The International Monetary Fund has approved a sale of 403 metric tonnes of gold reserves, in a move likely to raise $13bn (£8bn) of cash to replenish its coffers for lending to low-income countries hit by the global economic downturn. The sale amounts to roughly an eighth of the institution’s stockpile of the precious metal and comes as gold prices hit record highs, boosted by investors seeking safety away from volatile stockmarkets.

This is a well timed announcement, and would have brought the price of gold down in usual circumstances. But these are not usual circumstances.

China is thinking of buying from the IMF. Given the 2.2 trillion of the increasingly value-losing dollar reserve, China needs a hedge or a way out. They say they’ll only buy at a big discount, but it’s not a big deal: the $13 bn this will generate for the IMF will not do much to diversify the reserves. Given the $10-15 billion in gold traded per day, they wouldn’t be able to get a lot of gold out from the real markets even if they wanted, and that would really drive up prices. China’s diversification strategy includes commodities of all sorts – they have stockpiled everything from iron ore to aluminium and copper. Still, nothing that can make a serious dent on the $2.2 trillion they hold.

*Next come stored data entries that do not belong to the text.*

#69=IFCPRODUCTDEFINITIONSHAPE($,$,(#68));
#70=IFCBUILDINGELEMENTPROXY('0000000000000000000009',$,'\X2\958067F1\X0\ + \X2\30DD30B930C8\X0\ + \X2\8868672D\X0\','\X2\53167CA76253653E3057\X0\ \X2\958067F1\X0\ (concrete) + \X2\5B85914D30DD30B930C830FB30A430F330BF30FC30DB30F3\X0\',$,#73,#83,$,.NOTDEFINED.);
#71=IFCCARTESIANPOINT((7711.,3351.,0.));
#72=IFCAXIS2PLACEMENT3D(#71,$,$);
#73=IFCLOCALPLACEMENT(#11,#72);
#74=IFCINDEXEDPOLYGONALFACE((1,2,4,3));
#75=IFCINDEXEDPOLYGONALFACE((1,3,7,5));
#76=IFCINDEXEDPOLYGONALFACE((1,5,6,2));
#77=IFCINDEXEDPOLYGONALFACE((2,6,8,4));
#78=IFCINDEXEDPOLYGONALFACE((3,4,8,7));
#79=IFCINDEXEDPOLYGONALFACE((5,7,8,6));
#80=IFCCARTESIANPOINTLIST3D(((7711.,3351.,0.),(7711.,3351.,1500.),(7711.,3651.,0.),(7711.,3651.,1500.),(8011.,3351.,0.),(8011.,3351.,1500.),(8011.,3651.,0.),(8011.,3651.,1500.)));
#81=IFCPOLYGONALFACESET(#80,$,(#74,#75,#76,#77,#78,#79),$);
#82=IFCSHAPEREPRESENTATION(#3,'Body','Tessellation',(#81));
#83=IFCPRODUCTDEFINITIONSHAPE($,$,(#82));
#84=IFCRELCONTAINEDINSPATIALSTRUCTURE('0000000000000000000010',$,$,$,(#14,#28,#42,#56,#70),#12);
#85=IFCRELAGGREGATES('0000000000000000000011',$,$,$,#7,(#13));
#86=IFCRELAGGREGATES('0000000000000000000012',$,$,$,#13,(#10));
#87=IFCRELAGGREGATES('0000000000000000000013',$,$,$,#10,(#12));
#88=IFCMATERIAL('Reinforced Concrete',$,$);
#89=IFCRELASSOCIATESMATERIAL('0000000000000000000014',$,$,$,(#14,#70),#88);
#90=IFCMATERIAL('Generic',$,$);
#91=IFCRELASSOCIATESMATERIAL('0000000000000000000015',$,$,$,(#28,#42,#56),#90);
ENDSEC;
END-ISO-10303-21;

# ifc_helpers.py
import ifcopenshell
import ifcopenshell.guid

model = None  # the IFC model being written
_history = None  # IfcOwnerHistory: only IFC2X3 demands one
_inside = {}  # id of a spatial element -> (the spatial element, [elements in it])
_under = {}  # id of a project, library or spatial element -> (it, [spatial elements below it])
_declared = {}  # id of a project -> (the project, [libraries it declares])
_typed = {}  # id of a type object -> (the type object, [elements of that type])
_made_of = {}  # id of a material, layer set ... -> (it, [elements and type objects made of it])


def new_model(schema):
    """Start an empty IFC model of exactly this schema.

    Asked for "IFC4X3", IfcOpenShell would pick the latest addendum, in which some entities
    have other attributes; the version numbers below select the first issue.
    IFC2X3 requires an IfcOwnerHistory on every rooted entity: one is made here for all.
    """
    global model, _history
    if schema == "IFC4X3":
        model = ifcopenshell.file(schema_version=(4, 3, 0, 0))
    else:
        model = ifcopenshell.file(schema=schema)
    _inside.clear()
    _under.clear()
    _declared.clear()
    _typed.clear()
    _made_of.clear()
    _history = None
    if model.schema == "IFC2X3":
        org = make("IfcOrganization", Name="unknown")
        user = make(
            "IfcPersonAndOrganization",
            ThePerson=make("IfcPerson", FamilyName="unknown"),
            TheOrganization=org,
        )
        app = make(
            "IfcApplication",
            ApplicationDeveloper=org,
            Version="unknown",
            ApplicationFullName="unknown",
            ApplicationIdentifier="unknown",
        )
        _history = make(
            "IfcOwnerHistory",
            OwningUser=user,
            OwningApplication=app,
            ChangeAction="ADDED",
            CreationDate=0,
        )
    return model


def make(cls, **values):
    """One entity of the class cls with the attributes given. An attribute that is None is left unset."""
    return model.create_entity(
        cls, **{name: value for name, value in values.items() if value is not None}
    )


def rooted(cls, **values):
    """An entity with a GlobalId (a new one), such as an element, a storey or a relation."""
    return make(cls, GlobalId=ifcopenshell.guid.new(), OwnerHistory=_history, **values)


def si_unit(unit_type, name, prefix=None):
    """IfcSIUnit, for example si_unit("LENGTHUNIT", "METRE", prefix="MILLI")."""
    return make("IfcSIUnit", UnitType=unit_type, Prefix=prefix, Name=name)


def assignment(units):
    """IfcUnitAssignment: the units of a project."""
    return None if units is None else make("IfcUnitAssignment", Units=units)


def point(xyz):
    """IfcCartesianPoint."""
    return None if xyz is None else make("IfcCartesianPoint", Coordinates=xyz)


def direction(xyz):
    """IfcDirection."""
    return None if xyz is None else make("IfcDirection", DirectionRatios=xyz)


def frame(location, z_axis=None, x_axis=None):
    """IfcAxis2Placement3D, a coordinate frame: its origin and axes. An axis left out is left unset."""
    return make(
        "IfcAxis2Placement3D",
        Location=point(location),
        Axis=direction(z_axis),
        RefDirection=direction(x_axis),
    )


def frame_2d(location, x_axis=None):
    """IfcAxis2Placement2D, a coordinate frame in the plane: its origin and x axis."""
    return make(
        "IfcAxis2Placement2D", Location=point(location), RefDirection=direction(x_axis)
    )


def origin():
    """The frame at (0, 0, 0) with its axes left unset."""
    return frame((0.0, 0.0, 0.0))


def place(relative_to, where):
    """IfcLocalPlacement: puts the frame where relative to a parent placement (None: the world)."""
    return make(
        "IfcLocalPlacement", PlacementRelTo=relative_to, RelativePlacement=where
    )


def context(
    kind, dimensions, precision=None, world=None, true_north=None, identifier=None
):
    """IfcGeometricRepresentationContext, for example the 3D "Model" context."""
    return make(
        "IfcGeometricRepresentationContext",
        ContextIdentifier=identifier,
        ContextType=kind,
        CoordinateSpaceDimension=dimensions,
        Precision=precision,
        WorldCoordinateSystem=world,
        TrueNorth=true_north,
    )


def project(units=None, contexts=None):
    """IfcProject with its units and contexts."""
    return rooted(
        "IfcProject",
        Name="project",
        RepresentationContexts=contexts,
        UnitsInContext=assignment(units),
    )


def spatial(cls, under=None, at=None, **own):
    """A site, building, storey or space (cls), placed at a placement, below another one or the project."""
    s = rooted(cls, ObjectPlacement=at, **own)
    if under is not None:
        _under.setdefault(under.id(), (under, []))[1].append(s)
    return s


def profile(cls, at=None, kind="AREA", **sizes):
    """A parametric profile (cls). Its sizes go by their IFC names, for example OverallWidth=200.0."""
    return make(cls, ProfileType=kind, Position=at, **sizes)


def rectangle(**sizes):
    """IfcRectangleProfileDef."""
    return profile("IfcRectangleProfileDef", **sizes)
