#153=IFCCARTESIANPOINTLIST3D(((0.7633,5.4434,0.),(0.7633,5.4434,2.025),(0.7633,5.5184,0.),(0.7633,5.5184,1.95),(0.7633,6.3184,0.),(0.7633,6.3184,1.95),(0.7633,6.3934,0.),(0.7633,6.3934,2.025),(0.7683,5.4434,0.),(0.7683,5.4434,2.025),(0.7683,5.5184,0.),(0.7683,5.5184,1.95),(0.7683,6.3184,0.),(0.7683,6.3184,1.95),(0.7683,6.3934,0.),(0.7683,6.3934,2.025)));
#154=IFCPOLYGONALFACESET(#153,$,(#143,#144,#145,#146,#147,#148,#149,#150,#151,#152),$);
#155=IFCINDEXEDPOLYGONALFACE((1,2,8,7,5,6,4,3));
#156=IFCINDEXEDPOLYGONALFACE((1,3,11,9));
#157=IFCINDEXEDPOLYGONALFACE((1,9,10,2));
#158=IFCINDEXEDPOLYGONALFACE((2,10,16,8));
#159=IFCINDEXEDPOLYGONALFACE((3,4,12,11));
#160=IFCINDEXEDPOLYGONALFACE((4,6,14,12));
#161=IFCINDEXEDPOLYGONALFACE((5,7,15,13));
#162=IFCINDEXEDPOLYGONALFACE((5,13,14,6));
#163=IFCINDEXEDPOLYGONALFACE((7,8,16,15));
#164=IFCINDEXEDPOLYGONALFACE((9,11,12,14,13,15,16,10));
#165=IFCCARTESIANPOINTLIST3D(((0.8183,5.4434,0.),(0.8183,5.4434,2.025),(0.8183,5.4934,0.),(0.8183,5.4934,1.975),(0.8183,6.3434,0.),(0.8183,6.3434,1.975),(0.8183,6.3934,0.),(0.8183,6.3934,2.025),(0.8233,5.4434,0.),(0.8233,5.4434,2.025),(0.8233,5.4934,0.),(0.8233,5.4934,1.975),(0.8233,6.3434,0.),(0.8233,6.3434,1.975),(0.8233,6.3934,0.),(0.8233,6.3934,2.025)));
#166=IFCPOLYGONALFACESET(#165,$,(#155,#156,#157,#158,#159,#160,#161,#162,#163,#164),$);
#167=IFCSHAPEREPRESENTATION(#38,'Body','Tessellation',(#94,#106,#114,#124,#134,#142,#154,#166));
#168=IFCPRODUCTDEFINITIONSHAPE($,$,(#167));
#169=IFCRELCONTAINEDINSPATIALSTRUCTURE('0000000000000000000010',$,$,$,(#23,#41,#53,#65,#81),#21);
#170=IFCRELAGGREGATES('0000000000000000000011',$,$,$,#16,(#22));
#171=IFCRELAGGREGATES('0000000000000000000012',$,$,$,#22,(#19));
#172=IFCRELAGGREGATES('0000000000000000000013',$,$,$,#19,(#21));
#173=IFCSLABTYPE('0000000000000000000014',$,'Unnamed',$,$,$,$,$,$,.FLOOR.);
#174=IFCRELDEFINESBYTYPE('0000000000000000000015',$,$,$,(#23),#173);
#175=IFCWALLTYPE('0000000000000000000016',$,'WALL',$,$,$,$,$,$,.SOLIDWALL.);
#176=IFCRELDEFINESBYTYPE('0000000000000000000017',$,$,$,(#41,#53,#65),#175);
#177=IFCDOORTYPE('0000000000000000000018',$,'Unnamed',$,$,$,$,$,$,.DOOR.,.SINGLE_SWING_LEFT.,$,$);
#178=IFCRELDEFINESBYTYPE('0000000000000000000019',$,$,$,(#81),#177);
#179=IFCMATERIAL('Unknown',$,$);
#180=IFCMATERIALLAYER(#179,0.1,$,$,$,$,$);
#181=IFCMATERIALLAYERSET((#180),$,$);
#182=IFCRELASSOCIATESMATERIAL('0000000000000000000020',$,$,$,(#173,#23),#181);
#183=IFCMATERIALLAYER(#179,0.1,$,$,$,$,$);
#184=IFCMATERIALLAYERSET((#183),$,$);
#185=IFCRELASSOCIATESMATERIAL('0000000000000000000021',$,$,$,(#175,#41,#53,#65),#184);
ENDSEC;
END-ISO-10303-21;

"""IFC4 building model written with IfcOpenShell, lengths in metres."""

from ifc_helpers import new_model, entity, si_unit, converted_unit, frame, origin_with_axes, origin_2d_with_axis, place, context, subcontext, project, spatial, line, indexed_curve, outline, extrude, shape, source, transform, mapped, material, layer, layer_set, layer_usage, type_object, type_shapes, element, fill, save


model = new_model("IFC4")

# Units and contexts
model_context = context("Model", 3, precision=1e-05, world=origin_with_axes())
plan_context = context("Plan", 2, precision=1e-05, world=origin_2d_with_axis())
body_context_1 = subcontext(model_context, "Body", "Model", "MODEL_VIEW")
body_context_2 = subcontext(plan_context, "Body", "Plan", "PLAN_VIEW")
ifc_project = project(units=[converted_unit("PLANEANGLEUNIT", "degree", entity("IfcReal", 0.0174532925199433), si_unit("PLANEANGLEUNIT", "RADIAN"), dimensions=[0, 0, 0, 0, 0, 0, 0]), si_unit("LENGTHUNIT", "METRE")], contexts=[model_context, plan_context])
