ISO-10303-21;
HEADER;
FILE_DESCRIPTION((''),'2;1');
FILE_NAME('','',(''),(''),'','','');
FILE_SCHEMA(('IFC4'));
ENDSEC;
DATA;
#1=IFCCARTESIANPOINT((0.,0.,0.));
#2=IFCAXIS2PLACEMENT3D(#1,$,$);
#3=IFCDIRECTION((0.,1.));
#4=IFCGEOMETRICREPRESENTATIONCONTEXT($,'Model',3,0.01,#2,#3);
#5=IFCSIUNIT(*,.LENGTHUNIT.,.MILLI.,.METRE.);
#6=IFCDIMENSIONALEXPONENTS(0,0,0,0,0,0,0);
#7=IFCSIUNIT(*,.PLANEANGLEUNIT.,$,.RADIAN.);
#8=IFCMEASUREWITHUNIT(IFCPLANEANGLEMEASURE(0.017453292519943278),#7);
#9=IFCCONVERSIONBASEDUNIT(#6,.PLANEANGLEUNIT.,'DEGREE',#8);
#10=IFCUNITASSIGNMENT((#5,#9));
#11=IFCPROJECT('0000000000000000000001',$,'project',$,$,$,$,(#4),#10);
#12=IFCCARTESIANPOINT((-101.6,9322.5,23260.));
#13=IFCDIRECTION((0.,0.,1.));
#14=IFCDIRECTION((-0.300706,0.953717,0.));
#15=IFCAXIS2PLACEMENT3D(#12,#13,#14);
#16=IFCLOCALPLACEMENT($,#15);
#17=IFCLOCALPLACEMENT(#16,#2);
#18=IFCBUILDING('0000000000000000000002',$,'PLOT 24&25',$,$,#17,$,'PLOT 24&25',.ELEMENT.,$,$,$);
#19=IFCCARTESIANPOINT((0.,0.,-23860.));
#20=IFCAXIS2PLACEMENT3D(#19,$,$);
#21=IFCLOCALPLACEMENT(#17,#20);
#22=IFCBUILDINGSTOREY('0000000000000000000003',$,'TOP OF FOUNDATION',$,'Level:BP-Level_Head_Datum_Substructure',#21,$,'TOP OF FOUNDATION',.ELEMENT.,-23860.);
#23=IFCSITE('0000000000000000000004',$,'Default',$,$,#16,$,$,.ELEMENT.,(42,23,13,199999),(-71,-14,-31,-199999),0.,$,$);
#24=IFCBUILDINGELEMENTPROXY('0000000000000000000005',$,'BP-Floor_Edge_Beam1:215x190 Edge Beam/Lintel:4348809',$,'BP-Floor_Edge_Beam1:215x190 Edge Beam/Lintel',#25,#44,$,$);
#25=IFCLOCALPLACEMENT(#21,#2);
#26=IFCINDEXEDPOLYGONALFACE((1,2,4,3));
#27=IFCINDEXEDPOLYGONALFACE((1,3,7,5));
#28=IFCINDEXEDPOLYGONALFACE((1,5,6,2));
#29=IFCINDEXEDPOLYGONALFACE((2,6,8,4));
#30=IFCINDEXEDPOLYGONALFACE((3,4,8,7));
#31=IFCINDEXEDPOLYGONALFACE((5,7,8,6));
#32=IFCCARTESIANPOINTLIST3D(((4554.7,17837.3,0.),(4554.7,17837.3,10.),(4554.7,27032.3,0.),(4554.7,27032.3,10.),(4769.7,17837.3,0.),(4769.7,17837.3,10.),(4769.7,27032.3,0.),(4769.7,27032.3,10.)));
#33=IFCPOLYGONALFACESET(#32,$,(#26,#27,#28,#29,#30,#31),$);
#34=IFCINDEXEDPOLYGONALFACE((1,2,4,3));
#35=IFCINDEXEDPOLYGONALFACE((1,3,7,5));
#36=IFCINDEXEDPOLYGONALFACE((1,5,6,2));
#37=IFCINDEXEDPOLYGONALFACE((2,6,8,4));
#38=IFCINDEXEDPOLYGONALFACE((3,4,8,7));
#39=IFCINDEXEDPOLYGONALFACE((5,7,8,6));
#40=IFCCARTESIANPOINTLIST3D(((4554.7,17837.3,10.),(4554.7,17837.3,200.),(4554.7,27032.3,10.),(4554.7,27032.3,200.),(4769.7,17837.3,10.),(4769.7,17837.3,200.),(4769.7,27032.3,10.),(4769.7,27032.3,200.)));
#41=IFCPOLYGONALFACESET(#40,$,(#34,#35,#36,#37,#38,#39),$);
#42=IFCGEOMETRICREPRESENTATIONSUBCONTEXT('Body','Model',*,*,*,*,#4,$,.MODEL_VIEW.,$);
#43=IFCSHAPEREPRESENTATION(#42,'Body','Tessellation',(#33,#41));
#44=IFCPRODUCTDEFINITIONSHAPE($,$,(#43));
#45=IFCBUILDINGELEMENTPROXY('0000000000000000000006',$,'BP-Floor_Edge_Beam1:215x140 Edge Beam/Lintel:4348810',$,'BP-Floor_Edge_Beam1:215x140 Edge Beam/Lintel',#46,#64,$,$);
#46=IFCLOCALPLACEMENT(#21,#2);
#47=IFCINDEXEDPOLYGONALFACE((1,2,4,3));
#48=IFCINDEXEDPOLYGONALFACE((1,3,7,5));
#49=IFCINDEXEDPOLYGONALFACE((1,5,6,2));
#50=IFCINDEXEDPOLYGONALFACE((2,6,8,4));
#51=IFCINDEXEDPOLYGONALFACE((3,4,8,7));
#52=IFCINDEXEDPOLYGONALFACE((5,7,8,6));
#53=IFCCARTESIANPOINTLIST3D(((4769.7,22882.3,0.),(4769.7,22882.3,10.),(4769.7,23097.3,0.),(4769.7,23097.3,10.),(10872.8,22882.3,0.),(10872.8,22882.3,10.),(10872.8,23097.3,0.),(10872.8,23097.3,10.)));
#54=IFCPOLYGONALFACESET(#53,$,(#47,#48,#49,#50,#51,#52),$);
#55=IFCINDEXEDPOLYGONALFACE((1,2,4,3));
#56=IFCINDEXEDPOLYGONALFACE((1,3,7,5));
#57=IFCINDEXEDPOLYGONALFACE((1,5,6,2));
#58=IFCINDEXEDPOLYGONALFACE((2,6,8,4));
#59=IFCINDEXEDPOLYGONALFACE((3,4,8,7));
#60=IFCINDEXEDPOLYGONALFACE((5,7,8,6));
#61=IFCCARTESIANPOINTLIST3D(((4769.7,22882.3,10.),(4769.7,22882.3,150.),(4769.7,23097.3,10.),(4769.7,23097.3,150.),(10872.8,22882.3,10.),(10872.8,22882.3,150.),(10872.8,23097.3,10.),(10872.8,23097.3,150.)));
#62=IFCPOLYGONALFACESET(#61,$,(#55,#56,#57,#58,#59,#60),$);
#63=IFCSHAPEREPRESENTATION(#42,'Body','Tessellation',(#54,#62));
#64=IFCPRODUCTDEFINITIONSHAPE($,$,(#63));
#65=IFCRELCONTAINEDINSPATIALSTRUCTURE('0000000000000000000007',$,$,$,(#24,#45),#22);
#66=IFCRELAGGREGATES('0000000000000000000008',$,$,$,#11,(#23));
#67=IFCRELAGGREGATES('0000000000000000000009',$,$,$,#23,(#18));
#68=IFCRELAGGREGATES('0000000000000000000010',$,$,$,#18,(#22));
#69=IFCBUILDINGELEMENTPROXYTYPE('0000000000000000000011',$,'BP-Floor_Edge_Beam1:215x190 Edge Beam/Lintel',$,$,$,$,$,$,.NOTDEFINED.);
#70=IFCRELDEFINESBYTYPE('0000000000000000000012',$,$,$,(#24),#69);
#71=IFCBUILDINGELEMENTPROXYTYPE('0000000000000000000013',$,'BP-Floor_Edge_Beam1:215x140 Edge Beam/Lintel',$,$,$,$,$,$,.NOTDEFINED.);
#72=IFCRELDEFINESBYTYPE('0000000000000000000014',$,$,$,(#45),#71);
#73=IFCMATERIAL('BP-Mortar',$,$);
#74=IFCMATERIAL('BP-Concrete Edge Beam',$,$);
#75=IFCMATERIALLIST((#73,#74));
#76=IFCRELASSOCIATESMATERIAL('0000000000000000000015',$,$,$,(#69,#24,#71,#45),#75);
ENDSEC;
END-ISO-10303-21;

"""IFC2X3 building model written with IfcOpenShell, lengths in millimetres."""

from ifc_helpers import new_model, entity, si_unit, converted_unit, direction, frame, origin, origin_2d_with_axis, place, context, subcontext, project, spatial, rectangle, extrude, source, transform, mapped, material, material_list, type_object, type_shapes, element, save


model = new_model("IFC2X3")

# Units and contexts
model_context = context("Model", 3, precision=0.01, world=origin(), true_north=direction((0.0, 1.0)))
body_context = subcontext(model_context, "Body", "Model", "MODEL_VIEW")
ifc_project = project(units=[si_unit("LENGTHUNIT", "METRE", prefix="MILLI"), converted_unit("PLANEANGLEUNIT", "DEGREE", entity("IfcPlaneAngleMeasure", 0.017453292519943278), si_unit("PLANEANGLEUNIT", "RADIAN"), dimensions=[0, 0, 0, 0, 0, 0, 0])], contexts=[model_context])

# Site, building, storey
site_placement = place(None, frame((-101.6, 9322.5, 23260.0), z_axis=(0.0, 0.0, 1.0), x_axis=(-0.300706, 0.953717, 0.0)))
site = spatial("IfcSite", under=ifc_project, at=site_placement, Name="Default", CompositionType="ELEMENT", RefLatitude=(42, 23, 13, 199999), RefLongitude=(-71, -14, -31, -199999), RefElevation=0.0)
building_placement = place(site_placement, origin())
building = spatial("IfcBuilding", under=site, at=building_placement, Name="PLOT 24&25", LongName="PLOT 24&25", CompositionType="ELEMENT")
storey_placement = place(building_placement, frame((0.0, 0.0, -23860.0)))
storey = spatial("IfcBuildingStorey", under=building, at=storey_placement, Name="TOP OF FOUNDATION", ObjectType="Level:BP-Level_Head_Datum_Substructure", LongName="TOP OF FOUNDATION", CompositionType="ELEMENT", Elevation=-23860.0)

# Building element proxies
ifc_material_1 = material(Name="BP-Mortar")
ifc_material_2 = material(Name="BP-Concrete Edge Beam")
ifc_material_list = material_list([ifc_material_1, ifc_material_2])
building_element_proxy_type_1 = type_object("IfcBuildingElementProxyType", Name="BP-Floor_Edge_Beam1:215x190 Edge Beam/Lintel", PredefinedType="NOTDEFINED", material=ifc_material_list)
shared_shape_1 = source(origin(), body_context, "Body", "SweptSolid", [
    extrude(rectangle(XDim=215.0, YDim=9195.0, at=origin_2d_with_axis()), frame((0.0, 0.0, 0.0), z_axis=(0.0, 0.0, 1.0), x_axis=(0.0, 1.0, 0.0)), (0.0, 0.0, 1.0), 10.0),
    extrude(rectangle(XDim=215.0, YDim=9195.0, at=origin_2d_with_axis()), frame((0.0, 0.0, 10.0), z_axis=(0.0, 0.0, 1.0), x_axis=(0.0, 1.0, 0.0)), (0.0, 0.0, 1.0), 190.0),
])
type_shapes(building_element_proxy_type_1, [shared_shape_1])
proxy_1_placement = place(storey_placement, frame((4662.2, 22434.8, 0.0), z_axis=(0.0, 0.0, 1.0), x_axis=(0.0, 1.0, 0.0)))
element("IfcBuildingElementProxy", 1, at=proxy_1_placement, inside=storey, type_object=building_element_proxy_type_1, material=ifc_material_list, Name="BP-Floor_Edge_Beam1:215x190 Edge Beam/Lintel:4348809", ObjectType="BP-Floor_Edge_Beam1:215x190 Edge Beam/Lintel", context=body_context, shape_type="MappedRepresentation", body=[
    mapped(shared_shape_1, transform((0.0, 0.0, 0.0), scale=1.0)),
])
building_element_proxy_type_2 = type_object("IfcBuildingElementProxyType", Name="BP-Floor_Edge_Beam1:215x140 Edge Beam/Lintel", PredefinedType="NOTDEFINED", material=ifc_material_list)
shared_shape_2 = source(origin(), body_context, "Body", "SweptSolid", [
    extrude(rectangle(XDim=6103.2, YDim=215.0, at=origin_2d_with_axis()), frame((0.0, 0.0, 0.0), z_axis=(0.0, 0.0, 1.0), x_axis=(-1.0, 0.0, 0.0)), (0.0, 0.0, 1.0), 10.0),
    extrude(rectangle(XDim=6103.2, YDim=215.0, at=origin_2d_with_axis()), frame((0.0, 0.0, 10.0), z_axis=(0.0, 0.0, 1.0), x_axis=(-1.0, 0.0, 0.0)), (0.0, 0.0, 1.0), 140.0),
])
type_shapes(building_element_proxy_type_2, [shared_shape_2])
proxy_2_placement = place(storey_placement, frame((7821.3, 22989.8, 0.0), z_axis=(0.0, 0.0, 1.0), x_axis=(-1.0, 0.0, 0.0)))
element("IfcBuildingElementProxy", 2, at=proxy_2_placement, inside=storey, type_object=building_element_proxy_type_2, material=ifc_material_list, Name="BP-Floor_Edge_Beam1:215x140 Edge Beam/Lintel:4348810", ObjectType="BP-Floor_Edge_Beam1:215x140 Edge Beam/Lintel", context=body_context, shape_type="MappedRepresentation", body=[
    mapped(shared_shape_2, transform((0.0, 0.0, 0.0), scale=1.0)),
])

save(model, "model.ifc")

India might also pitch in – and try to buy a part of this to keep the $280bn of reserves in gold (only $10 bn is currently in gold).

What this will do is temporarily set up a floor price on gold, as a good friend told me yesterday. Gold just crossed $1000 an ounce, and in India trades at 1600 rupees a gram (though Goldbees, the ETF, trades at 1575).

The total amount of gold ever mined is the order of 150K tonnes. That at $1000 an ounces is about $4.5 trillion. To give you context, the amount of money in print in just the US is about $8.3 trillion. It’s unlikely that this precious metal will be able to hedge dollar exposure very much, but you can bet that some countries are going to give it a shot.